Best of France : Banzaï - La Souris Déglinguée
On n’entre pas dans "Banzaï" comme dans un disque ordinaire. On y tombe, comme dans un train de nuit lancé à toute vitesse, vitres sales et odeur de bière tiède.
En 1983, La Souris Déglinguée ne cherche pas à séduire : elle crache. Le punk français, déjà sur le déclin, trouve ici une mutation étrange, une alliance de rage urbaine et de rêveries asiatiques.
Ce qui frappe, c’est la collision des mondes : riffs crus, batterie sèche, mais aussi guitares qui s’étirent comme des lanternes dans la nuit, des chœurs qui résonnent comme un port de Saïgon.

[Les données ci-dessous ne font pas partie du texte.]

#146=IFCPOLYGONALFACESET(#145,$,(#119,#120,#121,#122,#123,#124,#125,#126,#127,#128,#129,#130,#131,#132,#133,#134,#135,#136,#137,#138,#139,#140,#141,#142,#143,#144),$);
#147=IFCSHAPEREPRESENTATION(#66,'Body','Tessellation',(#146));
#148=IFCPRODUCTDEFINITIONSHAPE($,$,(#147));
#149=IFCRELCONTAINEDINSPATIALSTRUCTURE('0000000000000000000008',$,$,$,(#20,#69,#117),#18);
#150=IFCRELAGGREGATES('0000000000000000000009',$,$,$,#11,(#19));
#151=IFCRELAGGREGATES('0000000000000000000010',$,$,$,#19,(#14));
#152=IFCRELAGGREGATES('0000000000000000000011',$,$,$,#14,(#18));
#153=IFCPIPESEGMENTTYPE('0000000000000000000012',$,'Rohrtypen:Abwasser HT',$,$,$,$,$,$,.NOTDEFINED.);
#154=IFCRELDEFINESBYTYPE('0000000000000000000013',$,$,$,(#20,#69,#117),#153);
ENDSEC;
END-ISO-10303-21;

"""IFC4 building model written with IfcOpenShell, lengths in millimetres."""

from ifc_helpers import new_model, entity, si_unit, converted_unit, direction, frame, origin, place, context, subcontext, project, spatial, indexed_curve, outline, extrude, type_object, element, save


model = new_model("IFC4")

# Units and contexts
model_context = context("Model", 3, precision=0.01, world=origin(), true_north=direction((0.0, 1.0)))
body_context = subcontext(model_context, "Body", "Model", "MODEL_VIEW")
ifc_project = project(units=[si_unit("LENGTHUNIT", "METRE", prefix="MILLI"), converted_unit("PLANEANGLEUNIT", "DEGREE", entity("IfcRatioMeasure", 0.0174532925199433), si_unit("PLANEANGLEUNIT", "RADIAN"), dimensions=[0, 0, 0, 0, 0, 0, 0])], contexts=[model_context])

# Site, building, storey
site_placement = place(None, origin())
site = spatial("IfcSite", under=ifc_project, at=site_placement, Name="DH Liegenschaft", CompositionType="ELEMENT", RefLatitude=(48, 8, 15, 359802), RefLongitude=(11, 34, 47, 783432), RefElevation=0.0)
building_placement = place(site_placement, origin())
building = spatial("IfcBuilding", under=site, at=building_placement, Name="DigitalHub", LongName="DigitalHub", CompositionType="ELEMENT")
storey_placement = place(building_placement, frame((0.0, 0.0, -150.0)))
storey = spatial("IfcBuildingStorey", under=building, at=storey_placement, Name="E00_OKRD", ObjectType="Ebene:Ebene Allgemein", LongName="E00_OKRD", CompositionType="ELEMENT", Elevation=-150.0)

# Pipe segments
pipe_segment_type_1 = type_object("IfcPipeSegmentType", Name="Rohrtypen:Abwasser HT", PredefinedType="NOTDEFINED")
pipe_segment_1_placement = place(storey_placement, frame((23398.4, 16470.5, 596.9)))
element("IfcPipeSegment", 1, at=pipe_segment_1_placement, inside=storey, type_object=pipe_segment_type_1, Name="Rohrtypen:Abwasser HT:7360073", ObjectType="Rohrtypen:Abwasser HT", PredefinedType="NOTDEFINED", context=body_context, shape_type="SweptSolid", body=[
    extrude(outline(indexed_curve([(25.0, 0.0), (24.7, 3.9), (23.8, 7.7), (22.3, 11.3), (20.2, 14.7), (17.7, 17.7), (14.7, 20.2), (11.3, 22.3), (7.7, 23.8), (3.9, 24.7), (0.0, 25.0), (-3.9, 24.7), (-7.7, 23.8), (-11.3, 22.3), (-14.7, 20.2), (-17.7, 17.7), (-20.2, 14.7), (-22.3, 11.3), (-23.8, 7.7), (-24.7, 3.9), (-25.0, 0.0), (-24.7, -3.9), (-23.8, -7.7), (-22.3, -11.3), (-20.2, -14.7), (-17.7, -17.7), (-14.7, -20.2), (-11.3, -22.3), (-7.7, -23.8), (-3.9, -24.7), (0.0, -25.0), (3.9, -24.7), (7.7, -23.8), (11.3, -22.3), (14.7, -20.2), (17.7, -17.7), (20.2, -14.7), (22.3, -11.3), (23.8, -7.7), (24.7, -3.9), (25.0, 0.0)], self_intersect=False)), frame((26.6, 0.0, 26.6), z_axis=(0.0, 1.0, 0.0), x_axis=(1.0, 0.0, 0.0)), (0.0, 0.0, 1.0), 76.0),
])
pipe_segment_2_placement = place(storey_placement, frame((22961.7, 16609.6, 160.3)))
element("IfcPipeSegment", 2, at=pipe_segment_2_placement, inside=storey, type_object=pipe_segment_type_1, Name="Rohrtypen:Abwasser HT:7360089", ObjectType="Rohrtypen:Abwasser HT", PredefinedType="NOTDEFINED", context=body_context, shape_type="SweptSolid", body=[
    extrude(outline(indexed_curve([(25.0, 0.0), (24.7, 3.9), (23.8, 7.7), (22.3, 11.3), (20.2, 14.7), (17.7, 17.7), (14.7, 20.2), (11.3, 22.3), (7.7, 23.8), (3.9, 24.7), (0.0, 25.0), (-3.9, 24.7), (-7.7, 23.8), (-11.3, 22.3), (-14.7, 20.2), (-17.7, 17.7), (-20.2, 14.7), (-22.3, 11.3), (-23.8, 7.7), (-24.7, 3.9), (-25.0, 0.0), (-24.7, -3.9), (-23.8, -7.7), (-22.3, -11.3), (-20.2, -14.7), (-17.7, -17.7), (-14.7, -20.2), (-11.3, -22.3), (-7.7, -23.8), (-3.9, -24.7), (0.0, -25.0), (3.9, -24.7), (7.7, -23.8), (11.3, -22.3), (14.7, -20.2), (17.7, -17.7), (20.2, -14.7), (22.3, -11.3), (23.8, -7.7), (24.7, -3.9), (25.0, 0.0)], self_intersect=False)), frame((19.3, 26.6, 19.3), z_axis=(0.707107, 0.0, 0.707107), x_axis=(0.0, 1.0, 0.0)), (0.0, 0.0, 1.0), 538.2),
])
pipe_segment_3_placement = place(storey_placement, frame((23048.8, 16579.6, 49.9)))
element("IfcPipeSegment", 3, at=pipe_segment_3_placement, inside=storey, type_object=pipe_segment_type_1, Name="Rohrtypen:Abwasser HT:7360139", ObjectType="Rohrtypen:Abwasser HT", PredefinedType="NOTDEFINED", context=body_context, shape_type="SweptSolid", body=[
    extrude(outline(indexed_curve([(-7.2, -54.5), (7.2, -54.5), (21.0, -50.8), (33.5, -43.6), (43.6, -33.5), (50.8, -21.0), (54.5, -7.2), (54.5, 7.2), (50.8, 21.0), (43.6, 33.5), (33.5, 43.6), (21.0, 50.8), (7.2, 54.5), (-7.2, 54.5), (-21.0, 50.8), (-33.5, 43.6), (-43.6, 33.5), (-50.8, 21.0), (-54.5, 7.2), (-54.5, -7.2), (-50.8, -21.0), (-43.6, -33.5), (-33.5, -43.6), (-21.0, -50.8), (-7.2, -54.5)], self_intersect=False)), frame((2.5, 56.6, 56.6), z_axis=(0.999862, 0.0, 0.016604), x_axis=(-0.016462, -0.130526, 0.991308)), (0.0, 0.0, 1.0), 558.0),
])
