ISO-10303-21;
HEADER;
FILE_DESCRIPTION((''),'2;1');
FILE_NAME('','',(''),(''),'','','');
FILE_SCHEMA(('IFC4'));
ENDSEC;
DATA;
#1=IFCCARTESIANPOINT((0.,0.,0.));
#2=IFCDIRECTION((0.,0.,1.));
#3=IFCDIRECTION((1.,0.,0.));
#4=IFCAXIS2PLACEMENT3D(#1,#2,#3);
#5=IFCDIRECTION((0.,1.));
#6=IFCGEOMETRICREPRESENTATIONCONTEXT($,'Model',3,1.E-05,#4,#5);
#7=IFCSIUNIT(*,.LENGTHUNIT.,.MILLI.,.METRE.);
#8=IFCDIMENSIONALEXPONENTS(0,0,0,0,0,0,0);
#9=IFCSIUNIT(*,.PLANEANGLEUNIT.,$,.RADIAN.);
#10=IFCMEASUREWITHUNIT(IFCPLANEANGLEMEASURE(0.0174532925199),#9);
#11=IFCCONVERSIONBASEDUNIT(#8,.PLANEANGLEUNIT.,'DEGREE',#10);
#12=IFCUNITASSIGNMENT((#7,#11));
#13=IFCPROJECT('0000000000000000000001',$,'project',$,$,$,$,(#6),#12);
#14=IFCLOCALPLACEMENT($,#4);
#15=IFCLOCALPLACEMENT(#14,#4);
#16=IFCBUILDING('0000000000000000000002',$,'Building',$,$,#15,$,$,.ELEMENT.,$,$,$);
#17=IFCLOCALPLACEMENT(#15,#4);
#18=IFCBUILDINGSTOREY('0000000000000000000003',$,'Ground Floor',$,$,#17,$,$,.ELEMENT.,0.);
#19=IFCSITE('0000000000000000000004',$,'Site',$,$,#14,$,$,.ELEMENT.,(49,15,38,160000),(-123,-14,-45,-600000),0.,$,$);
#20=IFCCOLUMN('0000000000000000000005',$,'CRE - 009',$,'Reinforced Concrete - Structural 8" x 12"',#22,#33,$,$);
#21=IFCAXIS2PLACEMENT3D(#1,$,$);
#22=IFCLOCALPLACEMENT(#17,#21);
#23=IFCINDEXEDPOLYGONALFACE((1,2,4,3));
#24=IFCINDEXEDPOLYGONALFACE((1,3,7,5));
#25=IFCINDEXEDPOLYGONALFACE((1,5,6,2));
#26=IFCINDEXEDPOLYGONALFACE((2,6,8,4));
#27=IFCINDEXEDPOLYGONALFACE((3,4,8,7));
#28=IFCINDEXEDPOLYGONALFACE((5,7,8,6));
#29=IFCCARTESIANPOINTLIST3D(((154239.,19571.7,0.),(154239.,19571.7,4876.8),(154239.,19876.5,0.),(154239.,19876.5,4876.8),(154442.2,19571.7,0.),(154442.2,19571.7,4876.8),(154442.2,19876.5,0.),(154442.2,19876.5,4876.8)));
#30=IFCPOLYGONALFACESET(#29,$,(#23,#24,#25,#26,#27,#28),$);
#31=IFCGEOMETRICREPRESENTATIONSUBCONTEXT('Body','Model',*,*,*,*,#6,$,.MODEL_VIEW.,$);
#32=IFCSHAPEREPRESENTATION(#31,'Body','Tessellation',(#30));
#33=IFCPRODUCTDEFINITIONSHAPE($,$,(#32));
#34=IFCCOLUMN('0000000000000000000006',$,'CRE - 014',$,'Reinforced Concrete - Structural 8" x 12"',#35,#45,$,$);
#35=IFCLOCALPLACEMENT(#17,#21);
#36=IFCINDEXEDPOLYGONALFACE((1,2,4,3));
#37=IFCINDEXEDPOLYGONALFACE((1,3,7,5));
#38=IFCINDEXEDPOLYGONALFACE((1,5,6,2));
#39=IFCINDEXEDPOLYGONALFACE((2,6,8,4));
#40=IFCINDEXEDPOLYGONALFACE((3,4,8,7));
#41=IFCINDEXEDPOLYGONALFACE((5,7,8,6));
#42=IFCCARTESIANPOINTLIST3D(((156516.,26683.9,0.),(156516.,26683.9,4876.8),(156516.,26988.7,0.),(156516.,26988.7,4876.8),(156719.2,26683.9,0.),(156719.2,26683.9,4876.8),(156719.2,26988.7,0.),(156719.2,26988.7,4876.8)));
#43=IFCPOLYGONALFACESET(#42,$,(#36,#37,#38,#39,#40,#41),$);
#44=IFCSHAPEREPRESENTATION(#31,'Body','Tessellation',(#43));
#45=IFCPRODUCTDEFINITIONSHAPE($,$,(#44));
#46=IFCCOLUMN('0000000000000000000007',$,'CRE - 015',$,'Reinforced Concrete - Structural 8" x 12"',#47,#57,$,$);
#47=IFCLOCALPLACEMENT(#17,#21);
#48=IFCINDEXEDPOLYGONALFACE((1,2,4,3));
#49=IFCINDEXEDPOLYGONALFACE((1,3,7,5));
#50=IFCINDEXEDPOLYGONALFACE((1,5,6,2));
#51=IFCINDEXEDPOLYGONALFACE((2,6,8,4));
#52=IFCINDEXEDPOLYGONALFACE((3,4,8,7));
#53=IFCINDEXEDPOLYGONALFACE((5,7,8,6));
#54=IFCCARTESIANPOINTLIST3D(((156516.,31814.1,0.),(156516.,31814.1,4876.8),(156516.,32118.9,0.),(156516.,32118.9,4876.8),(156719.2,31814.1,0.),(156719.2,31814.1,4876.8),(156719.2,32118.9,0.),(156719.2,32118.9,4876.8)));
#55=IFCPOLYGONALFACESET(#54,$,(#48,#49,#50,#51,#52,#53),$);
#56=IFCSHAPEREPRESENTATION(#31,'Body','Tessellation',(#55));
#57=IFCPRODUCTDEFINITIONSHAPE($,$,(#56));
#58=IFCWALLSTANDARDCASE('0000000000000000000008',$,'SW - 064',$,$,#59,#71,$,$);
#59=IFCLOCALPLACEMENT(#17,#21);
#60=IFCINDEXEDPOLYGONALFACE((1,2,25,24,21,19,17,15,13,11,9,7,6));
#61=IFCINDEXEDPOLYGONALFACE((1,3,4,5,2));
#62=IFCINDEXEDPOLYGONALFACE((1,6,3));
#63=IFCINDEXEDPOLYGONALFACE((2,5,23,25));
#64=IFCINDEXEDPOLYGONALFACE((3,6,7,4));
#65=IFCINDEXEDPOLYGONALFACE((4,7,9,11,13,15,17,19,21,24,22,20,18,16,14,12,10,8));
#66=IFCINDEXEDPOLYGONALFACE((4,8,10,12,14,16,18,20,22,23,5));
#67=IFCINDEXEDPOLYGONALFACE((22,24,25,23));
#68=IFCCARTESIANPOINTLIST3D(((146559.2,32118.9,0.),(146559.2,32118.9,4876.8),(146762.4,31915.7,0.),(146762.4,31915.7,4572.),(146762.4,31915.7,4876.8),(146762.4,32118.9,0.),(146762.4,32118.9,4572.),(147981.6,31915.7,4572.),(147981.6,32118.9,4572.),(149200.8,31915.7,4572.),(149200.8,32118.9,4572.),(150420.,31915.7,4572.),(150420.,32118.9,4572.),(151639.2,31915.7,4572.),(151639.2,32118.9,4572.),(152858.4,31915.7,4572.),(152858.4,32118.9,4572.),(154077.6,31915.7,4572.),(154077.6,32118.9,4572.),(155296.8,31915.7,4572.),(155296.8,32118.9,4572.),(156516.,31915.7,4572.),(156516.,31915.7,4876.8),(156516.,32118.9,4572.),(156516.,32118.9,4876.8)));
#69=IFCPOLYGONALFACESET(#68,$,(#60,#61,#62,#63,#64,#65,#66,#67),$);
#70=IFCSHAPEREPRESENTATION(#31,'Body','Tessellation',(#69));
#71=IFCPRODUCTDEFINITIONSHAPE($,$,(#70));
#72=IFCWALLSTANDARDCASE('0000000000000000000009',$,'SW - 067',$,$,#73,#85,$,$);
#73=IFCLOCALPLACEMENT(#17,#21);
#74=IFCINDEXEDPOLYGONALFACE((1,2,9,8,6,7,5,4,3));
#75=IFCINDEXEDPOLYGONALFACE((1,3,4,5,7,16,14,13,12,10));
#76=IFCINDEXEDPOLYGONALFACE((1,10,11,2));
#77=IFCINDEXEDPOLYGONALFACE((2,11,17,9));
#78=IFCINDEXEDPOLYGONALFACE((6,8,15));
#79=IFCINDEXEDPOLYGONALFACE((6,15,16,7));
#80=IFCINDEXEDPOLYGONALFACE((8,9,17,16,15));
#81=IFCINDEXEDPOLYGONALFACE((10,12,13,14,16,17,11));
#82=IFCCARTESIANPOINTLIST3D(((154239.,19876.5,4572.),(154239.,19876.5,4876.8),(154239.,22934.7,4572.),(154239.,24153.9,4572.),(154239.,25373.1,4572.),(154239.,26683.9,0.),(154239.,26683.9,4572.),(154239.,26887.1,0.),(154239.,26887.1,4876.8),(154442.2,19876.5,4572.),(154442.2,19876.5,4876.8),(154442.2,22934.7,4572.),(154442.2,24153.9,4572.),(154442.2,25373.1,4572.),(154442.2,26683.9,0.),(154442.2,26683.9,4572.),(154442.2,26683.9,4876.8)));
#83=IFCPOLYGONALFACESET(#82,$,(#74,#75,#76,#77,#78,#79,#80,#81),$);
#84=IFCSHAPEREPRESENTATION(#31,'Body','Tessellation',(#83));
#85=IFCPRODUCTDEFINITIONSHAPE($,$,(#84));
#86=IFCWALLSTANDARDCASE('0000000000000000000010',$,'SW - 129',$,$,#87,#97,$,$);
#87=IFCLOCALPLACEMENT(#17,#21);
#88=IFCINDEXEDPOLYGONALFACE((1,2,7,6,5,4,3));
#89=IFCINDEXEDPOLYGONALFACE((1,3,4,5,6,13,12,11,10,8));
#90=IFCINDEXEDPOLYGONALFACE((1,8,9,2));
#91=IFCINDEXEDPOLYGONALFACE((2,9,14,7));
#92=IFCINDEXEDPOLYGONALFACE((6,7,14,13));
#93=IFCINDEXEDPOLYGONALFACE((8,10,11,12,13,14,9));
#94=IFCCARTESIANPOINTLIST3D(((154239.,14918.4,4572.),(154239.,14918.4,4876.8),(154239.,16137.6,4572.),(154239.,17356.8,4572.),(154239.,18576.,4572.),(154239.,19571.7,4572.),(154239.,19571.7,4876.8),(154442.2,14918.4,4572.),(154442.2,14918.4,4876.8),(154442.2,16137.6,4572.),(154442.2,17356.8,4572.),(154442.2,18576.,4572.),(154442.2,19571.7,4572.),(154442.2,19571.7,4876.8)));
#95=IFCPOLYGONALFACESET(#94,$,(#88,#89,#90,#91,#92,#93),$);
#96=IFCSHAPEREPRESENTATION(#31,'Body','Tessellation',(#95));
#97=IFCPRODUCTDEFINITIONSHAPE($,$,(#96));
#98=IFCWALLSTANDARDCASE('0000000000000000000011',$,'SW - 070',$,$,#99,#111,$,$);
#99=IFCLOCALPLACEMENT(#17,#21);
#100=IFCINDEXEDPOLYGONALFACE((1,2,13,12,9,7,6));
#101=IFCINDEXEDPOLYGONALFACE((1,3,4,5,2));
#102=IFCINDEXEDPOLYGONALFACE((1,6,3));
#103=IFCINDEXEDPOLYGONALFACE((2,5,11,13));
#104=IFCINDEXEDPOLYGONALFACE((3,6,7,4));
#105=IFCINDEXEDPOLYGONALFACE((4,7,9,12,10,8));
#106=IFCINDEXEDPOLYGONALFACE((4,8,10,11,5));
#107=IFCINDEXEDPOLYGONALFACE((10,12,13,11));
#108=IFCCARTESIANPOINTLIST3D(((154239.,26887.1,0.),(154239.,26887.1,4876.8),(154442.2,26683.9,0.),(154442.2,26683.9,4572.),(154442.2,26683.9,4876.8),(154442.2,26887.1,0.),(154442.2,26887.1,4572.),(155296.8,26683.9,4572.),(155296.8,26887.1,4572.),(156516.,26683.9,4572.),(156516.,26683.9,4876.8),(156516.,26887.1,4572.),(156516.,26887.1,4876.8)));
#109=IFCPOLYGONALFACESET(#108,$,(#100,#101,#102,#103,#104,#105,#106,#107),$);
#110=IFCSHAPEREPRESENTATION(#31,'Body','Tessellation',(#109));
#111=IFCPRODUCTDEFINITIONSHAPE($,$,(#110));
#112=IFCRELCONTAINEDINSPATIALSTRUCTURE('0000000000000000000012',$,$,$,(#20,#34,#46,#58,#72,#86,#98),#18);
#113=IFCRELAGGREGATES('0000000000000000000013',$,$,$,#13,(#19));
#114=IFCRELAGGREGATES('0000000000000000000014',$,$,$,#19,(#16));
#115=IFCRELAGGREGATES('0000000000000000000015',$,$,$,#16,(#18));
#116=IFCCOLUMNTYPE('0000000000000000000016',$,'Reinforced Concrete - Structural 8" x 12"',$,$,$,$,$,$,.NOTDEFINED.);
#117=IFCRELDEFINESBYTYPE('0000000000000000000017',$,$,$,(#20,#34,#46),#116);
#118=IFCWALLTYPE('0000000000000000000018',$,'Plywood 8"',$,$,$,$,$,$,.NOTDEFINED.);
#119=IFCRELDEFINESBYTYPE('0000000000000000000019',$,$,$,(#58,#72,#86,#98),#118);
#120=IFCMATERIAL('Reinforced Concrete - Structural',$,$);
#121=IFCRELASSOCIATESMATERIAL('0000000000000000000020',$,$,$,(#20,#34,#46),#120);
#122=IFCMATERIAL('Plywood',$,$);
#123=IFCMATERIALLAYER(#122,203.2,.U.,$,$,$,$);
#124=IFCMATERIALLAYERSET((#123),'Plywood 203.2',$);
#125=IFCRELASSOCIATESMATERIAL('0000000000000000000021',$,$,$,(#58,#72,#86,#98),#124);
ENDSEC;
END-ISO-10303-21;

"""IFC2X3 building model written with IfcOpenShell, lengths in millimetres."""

from ifc_helpers import new_model, entity, si_unit, converted_unit, direction, frame, origin_with_axes, origin_2d_with_axis, place, context, subcontext, project, spatial, polyline, rectangle, outline, extrude, material, layer, layer_set, layer_usage, type_object, element, save


model = new_model("IFC2X3")

# Units and contexts
model_context = context("Model", 3, precision=1e-05, world=origin_with_axes(), true_north=direction((0.0, 1.0)))
body_context = subcontext(model_context, "Body", "Model", "MODEL_VIEW")
ifc_project = project(units=[si_unit("LENGTHUNIT", "METRE", prefix="MILLI"), converted_unit("PLANEANGLEUNIT", "DEGREE", entity("IfcPlaneAngleMeasure", 0.0174532925199), si_unit("PLANEANGLEUNIT", "RADIAN"), dimensions=[0, 0, 0, 0, 0, 0, 0])], contexts=[model_context])

# Site, building, storey
site_placement = place(None, origin_with_axes())
site = spatial("IfcSite", under=ifc_project, at=site_placement, Name="Site", CompositionType="ELEMENT", RefLatitude=(49, 15, 38, 160000), RefLongitude=(-123, -14, -45, -600000), RefElevation=0.0)
building_placement = place(site_placement, origin_with_axes())
building = spatial("IfcBuilding", under=site, at=building_placement, Name="Building", CompositionType="ELEMENT")
storey_placement = place(building_placement, origin_with_axes())
storey = spatial("IfcBuildingStorey", under=building, at=storey_placement, Name="Ground Floor", CompositionType="ELEMENT", Elevation=0.0)

# Columns
ifc_material_1 = material(Name="Reinforced Concrete - Structural")
column_type = type_object("IfcColumnType", Name="Reinforced Concrete - Structural 8\" x 12\"", PredefinedType="NOTDEFINED")
for number, where, z_axis, x_axis, name in (
    (1, (154340.6, 19724.1, 0.0), (0.0, 0.0, 1.0), (1.0, 0.0, 0.0), "CRE - 009"),
    (2, (156617.6, 26836.3, 0.0), (0.0, 0.0, 1.0), (1.0, 0.0, 0.0), "CRE - 014"),
    (3, (156617.6, 31966.5, 0.0), (0.0, 0.0, 1.0), (1.0, 0.0, 0.0), "CRE - 015"),
):
    element("IfcColumn", number, at=place(storey_placement, frame(where, z_axis=z_axis, x_axis=x_axis)), inside=storey, type_object=column_type, material=ifc_material_1, Name=name, ObjectType="Reinforced Concrete - Structural 8\" x 12\"", context=body_context, shape_type="SweptSolid", body=[
        extrude(rectangle(XDim=203.2, YDim=304.8, at=origin_2d_with_axis()), origin_with_axes(), (0.0, 0.0, 1.0), 4876.8),
    ])

# Walls, openings
ifc_material_2 = material(Name="Plywood")
ifc_layer = layer(ifc_material_2, 203.2, ventilated="UNKNOWN")
ifc_layer_set = layer_set([ifc_layer], Name="Plywood 203.2")
ifc_layer_usage_1 = layer_usage(ifc_layer_set, "AXIS2", "NEGATIVE", 0.0)
wall_type = type_object("IfcWallType", Name="Plywood 8\"", PredefinedType="NOTDEFINED")
wall_1_placement = place(storey_placement, frame((156516.0, 31915.7, 0.0), z_axis=(0.0, 0.0, 1.0), x_axis=(-1.0, 0.0, 0.0)))
wall_1 = element("IfcWallStandardCase", 4, at=wall_1_placement, inside=storey, type_object=wall_type, material=ifc_layer_usage_1, Name="SW - 064", context=body_context, shape_type="SweptSolid", body=[
    extrude(outline(polyline([(0.0, -203.2), (9956.8, -203.2), (9753.6, 0.0), (0.0, 0.0), (0.0, -203.2)])), origin_with_axes(), (0.0, 0.0, 1.0), 4876.8),
])
opening_1_placement = place(wall_1_placement, frame((9144.0, 0.0, 0.0), z_axis=(0.0, 0.0, 1.0), x_axis=(1.0, 0.0, 0.0)))
element("IfcOpeningElement", 5, at=opening_1_placement, cuts=wall_1, context=body_context, shape_type="SweptSolid", body=[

La voix de Tai-Luc n’explique rien : elle déchire, elle raconte à demi-mots la banlieue, l’exil, les amitiés cassées. À l’époque, personne ne comprenait trop ce mélange de rock de rue et d’imaginaire asiatique. Aujourd’hui, ça sonne prophétique : le punk n’était plus seulement une posture anglaise, mais une passerelle vers l’ailleurs.
J’ai toujours trouvé que Banzaï ressemblait plus à un carnet de route qu’à un album. On y entend l’errance, les gares de nuit, les murs tagués, les regards méfiants. Ce n’est pas parfait, ça dépasse, ça sature. Mais c’est vivant, incroyablement. Un disque qui suinte la vérité crade des années 80 françaises, mais qui ose ouvrir les fenêtres vers Hong Kong, Hanoï, Tokyo.
Écouter Banzaï, c’est comprendre qu’un groupe peut être à la fois de son quartier et du monde entier. Comme si la rage des rues de Paris rencontrait les fantômes de l’Indochine. Un album bancal, magnifique, qui n’appartient qu’à lui.